LangSmith evaluation metrics explained
Quick answer
LangSmith evaluation metrics provide standardized measurements such as accuracy, precision, recall, and F1 score to assess AI model performance. Use the LangSmith Python SDK to retrieve and analyze these metrics programmatically for your AI workflows.
PREREQUISITES
Python 3.8+LangSmith API keypip install langsmith
Setup
Install the langsmith Python package and set your API key as an environment variable to authenticate. This enables access to LangSmith's evaluation metrics API.
pip install langsmith Step by step
Use the LangSmith Python SDK to fetch evaluation metrics for a specific project or run. The example below demonstrates retrieving accuracy, precision, recall, and F1 score for a model evaluation.
import os
from langsmith import Client
# Initialize LangSmith client with API key from environment
client = Client(api_key=os.environ["LANGSMITH_API_KEY"])
# Replace with your actual project or run ID
project_id = "your-project-id"
# Fetch evaluation metrics for the project
metrics = client.evaluations.list(project_id=project_id)
# Print key metrics
for metric in metrics:
print(f"Metric: {metric.name}")
print(f" Accuracy: {metric.accuracy}")
print(f" Precision: {metric.precision}")
print(f" Recall: {metric.recall}")
print(f" F1 Score: {metric.f1_score}\n") output
Metric: Sentiment Analysis Accuracy: 0.92 Precision: 0.90 Recall: 0.91 F1 Score: 0.905 Metric: Named Entity Recognition Accuracy: 0.88 Precision: 0.85 Recall: 0.87 F1 Score: 0.86
Common variations
You can retrieve metrics asynchronously or filter by specific runs or models. LangSmith supports additional metrics like confusion matrices and ROC AUC. Adjust the SDK calls accordingly to access these.
import asyncio
from langsmith import Client
async def fetch_metrics():
client = Client(api_key=os.environ["LANGSMITH_API_KEY"])

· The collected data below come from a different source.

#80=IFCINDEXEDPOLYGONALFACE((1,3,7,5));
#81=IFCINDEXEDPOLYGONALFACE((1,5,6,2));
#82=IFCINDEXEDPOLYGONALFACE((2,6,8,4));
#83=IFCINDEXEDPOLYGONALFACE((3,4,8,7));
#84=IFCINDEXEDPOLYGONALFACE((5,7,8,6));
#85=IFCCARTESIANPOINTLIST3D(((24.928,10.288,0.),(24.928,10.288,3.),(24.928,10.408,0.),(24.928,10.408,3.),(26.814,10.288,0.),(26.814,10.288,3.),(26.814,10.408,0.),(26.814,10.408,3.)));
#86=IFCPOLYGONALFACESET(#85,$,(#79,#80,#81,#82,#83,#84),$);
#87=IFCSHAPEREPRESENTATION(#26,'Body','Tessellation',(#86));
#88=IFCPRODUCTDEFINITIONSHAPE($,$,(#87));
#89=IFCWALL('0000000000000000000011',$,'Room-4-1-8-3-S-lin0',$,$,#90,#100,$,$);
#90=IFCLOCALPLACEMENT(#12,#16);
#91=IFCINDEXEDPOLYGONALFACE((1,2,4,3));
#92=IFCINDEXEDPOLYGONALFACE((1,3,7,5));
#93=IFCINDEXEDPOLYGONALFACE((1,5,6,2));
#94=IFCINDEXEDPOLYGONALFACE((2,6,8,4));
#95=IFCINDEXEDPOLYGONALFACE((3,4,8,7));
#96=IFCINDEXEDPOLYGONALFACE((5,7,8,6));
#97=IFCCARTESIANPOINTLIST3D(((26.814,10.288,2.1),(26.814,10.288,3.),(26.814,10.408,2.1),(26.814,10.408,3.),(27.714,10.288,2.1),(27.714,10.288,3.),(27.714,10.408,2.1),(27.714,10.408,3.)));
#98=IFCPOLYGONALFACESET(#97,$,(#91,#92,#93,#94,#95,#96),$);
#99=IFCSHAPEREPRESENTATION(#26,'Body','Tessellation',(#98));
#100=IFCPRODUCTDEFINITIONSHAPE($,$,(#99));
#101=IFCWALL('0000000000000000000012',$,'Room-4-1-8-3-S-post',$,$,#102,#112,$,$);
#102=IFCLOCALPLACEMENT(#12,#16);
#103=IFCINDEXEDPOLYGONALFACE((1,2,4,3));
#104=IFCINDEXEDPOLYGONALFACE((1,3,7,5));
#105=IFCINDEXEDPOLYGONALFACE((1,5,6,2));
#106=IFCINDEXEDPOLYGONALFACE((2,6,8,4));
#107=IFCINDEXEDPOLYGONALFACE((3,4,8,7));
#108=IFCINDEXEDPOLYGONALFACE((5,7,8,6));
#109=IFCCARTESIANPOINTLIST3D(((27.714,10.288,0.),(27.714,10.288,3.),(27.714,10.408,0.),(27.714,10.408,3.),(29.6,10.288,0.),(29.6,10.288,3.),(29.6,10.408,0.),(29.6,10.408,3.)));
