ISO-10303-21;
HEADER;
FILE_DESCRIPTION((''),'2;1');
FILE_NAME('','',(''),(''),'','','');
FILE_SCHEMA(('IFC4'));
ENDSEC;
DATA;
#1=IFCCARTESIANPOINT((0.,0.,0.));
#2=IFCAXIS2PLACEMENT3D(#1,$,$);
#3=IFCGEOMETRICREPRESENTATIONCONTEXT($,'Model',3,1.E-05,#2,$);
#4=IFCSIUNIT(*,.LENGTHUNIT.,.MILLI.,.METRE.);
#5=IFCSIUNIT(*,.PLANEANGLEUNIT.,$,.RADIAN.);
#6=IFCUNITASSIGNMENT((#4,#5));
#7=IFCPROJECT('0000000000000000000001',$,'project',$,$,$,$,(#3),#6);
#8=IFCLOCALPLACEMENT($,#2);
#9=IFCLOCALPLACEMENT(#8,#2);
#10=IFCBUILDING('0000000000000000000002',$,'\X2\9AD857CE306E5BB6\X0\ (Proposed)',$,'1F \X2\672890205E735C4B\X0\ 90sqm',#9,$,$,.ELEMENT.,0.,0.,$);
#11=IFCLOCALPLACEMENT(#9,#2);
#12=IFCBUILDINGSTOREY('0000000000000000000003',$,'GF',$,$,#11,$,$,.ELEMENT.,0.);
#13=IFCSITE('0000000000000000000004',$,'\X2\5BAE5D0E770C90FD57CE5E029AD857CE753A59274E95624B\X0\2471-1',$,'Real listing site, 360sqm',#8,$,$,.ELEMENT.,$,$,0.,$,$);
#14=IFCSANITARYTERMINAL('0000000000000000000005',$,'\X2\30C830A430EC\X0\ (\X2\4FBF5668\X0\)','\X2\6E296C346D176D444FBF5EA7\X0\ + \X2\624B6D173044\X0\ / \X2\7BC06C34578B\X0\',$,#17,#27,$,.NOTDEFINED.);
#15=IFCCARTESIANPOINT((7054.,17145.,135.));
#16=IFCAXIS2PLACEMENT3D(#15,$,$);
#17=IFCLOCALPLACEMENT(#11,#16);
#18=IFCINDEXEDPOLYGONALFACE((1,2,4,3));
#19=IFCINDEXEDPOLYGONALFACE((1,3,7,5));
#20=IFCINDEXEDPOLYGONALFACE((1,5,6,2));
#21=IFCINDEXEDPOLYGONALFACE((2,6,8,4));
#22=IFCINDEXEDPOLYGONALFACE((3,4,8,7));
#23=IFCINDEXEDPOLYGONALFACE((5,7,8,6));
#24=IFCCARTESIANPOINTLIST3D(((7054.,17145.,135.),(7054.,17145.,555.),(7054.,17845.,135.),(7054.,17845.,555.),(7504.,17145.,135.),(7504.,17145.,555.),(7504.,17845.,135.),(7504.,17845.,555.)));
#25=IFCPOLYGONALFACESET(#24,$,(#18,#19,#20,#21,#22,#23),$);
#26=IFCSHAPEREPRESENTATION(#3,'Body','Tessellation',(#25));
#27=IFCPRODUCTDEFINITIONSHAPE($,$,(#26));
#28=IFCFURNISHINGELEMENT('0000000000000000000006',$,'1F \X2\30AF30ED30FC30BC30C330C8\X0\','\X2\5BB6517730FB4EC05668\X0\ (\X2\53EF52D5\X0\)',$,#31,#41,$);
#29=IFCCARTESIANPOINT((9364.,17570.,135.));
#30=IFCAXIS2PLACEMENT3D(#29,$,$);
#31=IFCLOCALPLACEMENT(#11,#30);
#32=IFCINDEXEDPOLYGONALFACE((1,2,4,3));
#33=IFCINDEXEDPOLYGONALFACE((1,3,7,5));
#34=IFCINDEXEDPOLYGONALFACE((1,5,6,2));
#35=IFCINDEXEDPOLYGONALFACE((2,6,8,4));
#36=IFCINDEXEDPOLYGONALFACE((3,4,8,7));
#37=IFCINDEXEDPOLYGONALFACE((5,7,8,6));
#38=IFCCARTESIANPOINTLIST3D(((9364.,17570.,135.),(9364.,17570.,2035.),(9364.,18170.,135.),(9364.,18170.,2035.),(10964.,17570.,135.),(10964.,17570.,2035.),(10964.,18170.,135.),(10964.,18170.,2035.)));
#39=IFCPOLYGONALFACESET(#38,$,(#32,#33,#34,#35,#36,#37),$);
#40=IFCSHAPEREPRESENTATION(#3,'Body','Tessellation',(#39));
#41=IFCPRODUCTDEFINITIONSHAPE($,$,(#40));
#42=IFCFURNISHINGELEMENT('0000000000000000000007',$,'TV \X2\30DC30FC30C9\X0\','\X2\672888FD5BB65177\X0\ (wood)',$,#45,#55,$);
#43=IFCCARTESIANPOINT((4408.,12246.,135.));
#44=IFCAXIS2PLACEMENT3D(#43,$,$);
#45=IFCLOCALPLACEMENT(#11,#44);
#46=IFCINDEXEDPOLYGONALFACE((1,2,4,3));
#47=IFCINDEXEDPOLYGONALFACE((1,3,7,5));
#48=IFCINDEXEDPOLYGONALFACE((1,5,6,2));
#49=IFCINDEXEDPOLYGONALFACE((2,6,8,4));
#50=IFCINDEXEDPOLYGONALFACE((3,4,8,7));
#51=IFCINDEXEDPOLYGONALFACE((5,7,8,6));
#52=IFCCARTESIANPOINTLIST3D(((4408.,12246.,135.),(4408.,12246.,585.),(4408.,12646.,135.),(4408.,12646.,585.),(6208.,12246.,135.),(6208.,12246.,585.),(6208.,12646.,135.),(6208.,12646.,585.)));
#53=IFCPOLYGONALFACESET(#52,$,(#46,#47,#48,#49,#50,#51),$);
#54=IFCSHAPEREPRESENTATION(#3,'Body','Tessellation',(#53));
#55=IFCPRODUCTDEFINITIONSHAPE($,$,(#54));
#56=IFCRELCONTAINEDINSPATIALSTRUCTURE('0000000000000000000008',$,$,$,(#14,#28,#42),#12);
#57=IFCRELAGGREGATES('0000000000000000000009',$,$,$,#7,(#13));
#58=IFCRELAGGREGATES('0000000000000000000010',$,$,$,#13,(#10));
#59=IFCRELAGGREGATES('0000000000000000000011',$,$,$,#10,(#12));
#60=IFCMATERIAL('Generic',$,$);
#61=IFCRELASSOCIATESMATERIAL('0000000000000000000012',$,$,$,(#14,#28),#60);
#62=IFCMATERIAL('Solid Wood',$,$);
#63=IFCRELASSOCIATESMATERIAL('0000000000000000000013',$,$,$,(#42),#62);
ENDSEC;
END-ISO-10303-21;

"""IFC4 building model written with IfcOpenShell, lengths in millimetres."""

from ifc_helpers import new_model, si_unit, frame, frame_2d, origin, place, context, project, spatial, rectangle, extrude, material, element, save


model = new_model("IFC4")

# Units and contexts
model_context = context("Model", 3, precision=1e-05, world=origin())
ifc_project = project(units=[si_unit("LENGTHUNIT", "METRE", prefix="MILLI"), si_unit("PLANEANGLEUNIT", "RADIAN")], contexts=[model_context])

# Site, building, storey
site_placement = place(None, origin())
site = spatial("IfcSite", under=ifc_project, at=site_placement, Name="宮崎県都城市高城町大井手2471-1", ObjectType="Real listing site, 360sqm", CompositionType="ELEMENT", RefElevation=0.0)
building_placement = place(site_placement, origin())
building = spatial("IfcBuilding", under=site, at=building_placement, Name="高城の家 (Proposed)", ObjectType="1F 木造平屋 90sqm", CompositionType="ELEMENT", ElevationOfRefHeight=0.0, ElevationOfTerrain=0.0)
storey_placement = place(building_placement, origin())
storey = spatial("IfcBuildingStorey", under=building, at=storey_placement, Name="GF", CompositionType="ELEMENT", Elevation=0.0)

# Shared definitions
ifc_material_1 = material(Name="Solid Wood")

# Sanitary terminal
ifc_material_2 = material(Name="Generic")
sanitary_terminal_1_placement = place(storey_placement, frame((7054.0, 17145.0, 135.0)))
element("IfcSanitaryTerminal", 1, at=sanitary_terminal_1_placement, inside=storey, material=ifc_material_2, Name="トイレ (便器)", Description="温水洗浄便座 + 手洗い / 節水型", PredefinedType="NOTDEFINED", context=model_context, shape_type="SweptSolid", body=[
    extrude(rectangle(XDim=450.0, YDim=700.0, at=frame_2d((225.0, 350.0))), frame((7054.0, 17145.0, 135.0)), (0.0, 0.0, 1.0), 420.0),
])

# Furnishing elements
furnishing_1_placement = place(storey_placement, frame((9364.0, 17570.0, 135.0)))
element("IfcFurnishingElement", 2, at=furnishing_1_placement, inside=storey, material=ifc_material_2, Name="1F クローゼット", Description="家具・什器 (可動)", context=model_context, shape_type="SweptSolid", body=[
    extrude(rectangle(XDim=1600.0, YDim=600.0, at=frame_2d((800.0, 300.0))), frame((9364.0, 17570.0, 135.0)), (0.0, 0.0, 1.0), 1900.0),
])
furnishing_2_placement = place(storey_placement, frame((4408.0, 12246.0, 135.0)))
element("IfcFurnishingElement", 3, at=furnishing_2_placement, inside=storey, material=ifc_material_1, Name="TV ボード", Description="木製家具 (wood)", context=model_context, shape_type="SweptSolid", body=[
    extrude(rectangle(XDim=1800.0, YDim=400.0, at=frame_2d((900.0, 200.0))), frame((4408.0, 12246.0, 135.0)), (0.0, 0.0, 1.0), 450.0),
])

save(model, "model.ifc")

project_id = "your-project-id"
metrics = await client.evaluations.list_async(project_id=project_id)
for metric in metrics:
print(f"Async Metric: {metric.name} - F1: {metric.f1_score}")
asyncio.run(fetch_metrics()) output
Async Metric: Sentiment Analysis - F1: 0.905 Async Metric: Named Entity Recognition - F1: 0.86
Troubleshooting
- If you see authentication errors, verify your
LANGSMITH_API_KEYenvironment variable is set correctly. - If no metrics appear, confirm the project ID is valid and that evaluations have been logged.
- For network issues, check your internet connection and firewall settings.
Key Takeaways
- Use the LangSmith Python SDK to programmatically access evaluation metrics like accuracy and F1 score.
- Set your API key securely via environment variables to authenticate LangSmith API calls.
- LangSmith supports both synchronous and asynchronous metric retrieval for flexible integration.